ASSIGNMENT - Below are entries; print them exactly from the first line through the one containing "#163=IFCINDEXEDPOLYGONALFACE((1,3,7,5));".

Stored items -
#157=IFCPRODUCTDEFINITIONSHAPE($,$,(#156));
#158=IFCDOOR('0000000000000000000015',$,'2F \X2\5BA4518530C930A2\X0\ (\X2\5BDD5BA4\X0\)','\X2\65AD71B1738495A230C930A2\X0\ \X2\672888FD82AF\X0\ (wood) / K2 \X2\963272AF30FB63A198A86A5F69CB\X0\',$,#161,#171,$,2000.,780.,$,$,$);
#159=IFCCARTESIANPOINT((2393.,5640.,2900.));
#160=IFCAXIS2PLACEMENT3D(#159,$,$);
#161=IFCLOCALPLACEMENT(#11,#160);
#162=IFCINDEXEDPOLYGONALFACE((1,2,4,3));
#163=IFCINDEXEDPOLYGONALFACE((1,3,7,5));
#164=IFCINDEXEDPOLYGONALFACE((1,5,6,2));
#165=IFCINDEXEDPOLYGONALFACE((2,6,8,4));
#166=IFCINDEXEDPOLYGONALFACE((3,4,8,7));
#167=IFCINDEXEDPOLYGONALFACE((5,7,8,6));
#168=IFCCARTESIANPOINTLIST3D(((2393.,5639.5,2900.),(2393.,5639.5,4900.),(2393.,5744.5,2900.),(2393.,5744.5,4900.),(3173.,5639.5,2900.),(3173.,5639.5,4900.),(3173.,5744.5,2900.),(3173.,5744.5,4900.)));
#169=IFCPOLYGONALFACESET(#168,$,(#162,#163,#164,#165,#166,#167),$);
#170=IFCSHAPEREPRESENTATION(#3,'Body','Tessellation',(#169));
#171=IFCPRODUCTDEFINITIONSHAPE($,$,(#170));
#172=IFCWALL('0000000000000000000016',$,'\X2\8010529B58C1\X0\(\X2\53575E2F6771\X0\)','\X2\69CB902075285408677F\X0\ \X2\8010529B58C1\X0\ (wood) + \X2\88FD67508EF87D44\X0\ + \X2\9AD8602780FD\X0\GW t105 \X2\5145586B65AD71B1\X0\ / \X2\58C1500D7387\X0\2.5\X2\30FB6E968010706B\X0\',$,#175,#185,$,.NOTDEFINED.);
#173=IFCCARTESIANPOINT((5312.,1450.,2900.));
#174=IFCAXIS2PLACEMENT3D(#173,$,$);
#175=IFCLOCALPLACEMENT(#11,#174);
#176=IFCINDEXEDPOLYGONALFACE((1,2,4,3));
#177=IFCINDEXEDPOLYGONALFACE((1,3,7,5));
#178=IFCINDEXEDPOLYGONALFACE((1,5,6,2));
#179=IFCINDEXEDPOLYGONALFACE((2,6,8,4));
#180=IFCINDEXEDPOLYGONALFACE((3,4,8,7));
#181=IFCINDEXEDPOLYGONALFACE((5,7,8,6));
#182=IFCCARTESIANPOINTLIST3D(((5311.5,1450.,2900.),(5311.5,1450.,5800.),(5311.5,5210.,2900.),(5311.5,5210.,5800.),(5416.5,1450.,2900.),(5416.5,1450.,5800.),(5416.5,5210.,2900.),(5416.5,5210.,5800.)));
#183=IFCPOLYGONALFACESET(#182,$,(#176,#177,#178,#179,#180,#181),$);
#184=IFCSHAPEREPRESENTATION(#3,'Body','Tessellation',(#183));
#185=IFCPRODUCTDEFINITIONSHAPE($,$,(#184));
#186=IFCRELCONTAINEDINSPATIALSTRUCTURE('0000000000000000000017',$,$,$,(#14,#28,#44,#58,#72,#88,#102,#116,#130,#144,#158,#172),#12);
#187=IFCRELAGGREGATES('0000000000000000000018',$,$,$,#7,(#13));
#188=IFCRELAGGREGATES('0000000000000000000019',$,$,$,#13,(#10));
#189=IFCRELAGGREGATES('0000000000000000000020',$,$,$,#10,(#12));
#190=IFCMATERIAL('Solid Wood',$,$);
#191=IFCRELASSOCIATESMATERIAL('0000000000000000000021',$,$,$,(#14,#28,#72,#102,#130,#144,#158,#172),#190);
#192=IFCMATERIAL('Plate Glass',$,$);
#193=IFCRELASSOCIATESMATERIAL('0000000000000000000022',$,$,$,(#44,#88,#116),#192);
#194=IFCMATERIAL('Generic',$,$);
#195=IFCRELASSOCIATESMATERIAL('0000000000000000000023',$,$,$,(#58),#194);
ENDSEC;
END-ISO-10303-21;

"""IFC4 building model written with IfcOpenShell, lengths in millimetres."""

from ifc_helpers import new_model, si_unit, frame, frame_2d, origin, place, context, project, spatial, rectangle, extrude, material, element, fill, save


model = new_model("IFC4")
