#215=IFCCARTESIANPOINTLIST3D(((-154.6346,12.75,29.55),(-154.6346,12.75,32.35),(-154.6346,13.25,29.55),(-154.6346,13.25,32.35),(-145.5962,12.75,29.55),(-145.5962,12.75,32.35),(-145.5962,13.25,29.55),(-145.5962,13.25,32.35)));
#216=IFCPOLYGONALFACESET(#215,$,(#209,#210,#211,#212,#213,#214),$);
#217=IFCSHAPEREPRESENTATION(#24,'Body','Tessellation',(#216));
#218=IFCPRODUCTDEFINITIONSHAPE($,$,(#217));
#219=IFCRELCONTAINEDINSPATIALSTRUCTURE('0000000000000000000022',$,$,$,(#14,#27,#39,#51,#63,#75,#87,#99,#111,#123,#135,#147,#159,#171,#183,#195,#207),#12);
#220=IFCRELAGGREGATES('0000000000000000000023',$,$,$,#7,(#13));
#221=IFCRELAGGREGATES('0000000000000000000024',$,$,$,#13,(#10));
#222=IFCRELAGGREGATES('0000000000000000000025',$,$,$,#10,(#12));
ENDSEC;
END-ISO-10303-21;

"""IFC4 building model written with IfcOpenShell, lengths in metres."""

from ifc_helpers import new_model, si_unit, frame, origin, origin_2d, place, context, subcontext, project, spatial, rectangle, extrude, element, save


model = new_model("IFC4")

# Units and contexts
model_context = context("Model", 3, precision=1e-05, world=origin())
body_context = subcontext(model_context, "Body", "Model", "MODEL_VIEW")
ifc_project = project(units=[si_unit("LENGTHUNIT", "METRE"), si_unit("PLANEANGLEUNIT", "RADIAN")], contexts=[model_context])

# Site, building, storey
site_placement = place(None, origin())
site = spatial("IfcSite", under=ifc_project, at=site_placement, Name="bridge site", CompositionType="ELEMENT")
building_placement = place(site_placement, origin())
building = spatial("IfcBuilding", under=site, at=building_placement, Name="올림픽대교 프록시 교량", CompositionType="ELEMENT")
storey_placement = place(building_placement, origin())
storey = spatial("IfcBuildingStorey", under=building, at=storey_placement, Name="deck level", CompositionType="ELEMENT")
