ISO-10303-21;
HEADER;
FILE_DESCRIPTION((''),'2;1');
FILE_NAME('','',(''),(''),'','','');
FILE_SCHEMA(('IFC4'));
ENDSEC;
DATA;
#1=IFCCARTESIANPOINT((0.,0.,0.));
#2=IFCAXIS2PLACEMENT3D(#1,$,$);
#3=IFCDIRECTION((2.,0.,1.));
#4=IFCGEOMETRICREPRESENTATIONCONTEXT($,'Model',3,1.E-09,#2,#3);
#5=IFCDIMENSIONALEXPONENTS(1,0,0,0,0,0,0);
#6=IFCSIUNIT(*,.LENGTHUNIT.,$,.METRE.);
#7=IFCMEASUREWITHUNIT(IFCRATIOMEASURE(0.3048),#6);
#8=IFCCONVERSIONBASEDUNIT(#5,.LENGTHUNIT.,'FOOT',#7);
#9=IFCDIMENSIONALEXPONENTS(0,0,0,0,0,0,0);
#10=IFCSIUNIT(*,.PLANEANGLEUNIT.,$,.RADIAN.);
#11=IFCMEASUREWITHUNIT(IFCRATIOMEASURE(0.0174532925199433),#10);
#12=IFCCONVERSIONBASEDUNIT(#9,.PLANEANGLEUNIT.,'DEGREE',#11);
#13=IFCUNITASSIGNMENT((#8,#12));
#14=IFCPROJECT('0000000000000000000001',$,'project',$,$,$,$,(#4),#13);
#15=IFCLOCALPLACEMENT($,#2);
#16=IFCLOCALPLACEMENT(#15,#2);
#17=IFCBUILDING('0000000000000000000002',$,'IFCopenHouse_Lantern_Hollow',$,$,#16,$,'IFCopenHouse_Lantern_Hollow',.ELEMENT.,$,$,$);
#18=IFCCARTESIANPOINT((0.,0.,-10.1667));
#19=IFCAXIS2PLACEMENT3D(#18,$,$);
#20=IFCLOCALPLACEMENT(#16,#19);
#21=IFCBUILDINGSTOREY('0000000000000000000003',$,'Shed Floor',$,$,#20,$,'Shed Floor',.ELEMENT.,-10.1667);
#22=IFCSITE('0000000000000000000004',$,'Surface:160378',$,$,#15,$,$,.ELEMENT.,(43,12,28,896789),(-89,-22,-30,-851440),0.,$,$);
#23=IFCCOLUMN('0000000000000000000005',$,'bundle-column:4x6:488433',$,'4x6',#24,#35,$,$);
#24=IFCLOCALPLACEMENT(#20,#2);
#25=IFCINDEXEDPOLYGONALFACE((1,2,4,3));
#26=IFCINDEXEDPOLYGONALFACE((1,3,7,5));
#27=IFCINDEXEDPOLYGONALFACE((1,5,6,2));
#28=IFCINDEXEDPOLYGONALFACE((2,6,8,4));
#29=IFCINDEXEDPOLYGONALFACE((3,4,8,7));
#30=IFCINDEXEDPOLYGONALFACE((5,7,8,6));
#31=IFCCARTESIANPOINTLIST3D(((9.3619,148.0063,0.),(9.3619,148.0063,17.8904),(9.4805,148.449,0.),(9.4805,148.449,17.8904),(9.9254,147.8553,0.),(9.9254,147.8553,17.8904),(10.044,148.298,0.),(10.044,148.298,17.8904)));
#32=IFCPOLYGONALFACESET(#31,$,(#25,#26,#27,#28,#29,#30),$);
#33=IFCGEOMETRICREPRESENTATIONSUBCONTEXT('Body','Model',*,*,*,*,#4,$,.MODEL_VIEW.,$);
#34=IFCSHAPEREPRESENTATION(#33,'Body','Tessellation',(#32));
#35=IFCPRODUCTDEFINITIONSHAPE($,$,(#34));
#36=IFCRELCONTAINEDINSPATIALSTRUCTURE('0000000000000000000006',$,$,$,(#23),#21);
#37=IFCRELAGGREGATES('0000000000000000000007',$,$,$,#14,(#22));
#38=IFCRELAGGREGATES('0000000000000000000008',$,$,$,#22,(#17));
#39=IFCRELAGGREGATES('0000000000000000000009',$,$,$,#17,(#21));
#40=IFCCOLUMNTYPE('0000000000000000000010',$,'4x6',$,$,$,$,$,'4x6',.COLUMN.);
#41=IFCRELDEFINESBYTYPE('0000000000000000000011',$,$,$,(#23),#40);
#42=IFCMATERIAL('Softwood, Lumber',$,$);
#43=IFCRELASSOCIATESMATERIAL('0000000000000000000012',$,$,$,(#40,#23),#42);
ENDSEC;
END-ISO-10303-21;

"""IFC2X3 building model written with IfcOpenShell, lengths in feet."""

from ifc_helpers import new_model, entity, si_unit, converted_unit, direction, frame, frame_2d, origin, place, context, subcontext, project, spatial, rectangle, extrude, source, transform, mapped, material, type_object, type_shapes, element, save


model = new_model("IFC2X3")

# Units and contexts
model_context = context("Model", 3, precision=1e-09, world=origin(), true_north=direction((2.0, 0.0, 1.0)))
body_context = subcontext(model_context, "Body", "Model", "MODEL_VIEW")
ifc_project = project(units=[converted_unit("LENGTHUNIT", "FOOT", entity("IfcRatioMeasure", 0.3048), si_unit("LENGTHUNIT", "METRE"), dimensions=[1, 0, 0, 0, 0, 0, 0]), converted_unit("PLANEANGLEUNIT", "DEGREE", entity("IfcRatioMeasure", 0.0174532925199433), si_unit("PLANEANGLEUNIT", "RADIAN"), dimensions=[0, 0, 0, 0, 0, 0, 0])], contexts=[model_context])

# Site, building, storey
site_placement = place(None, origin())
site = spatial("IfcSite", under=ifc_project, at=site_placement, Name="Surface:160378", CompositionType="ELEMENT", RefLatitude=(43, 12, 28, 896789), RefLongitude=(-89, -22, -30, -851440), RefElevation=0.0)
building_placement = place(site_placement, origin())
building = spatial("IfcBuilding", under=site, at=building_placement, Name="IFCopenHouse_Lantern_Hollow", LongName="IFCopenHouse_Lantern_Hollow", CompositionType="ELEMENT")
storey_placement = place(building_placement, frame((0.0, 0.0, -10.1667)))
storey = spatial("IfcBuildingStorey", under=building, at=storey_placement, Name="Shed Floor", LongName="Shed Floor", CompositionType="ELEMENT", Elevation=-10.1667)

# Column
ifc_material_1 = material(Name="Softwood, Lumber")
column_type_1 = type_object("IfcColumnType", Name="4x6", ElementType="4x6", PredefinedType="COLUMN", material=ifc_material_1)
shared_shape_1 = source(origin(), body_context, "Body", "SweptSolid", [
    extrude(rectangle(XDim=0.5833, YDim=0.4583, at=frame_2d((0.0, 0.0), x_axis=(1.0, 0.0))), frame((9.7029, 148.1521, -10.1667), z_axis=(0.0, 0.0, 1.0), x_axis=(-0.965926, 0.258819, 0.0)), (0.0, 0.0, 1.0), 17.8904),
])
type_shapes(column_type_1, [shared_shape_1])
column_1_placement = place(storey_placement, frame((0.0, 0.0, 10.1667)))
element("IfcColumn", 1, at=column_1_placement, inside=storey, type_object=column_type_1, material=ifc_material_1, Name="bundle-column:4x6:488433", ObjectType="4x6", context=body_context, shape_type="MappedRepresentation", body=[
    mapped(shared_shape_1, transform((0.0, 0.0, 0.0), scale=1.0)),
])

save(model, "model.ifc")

RESPONSE TO THIS EXERCISE -
#157=IFCPRODUCTDEFINITIONSHAPE($,$,(#156));
#158=IFCDOOR('0000000000000000000015',$,'2F \X2\5BA4518530C930A2\X0\ (\X2\5BDD5BA4\X0\)','\X2\65AD71B1738495A230C930A2\X0\ \X2\672888FD82AF\X0\ (wood) / K2 \X2\963272AF30FB63A198A86A5F69CB\X0\',$,#161,#171,$,2000.,780.,$,$,$);
#159=IFCCARTESIANPOINT((2393.,5640.,2900.));
#160=IFCAXIS2PLACEMENT3D(#159,$,$);
#161=IFCLOCALPLACEMENT(#11,#160);
#162=IFCINDEXEDPOLYGONALFACE((1,2,4,3));
#163=IFCINDEXEDPOLYGONALFACE((1,3,7,5));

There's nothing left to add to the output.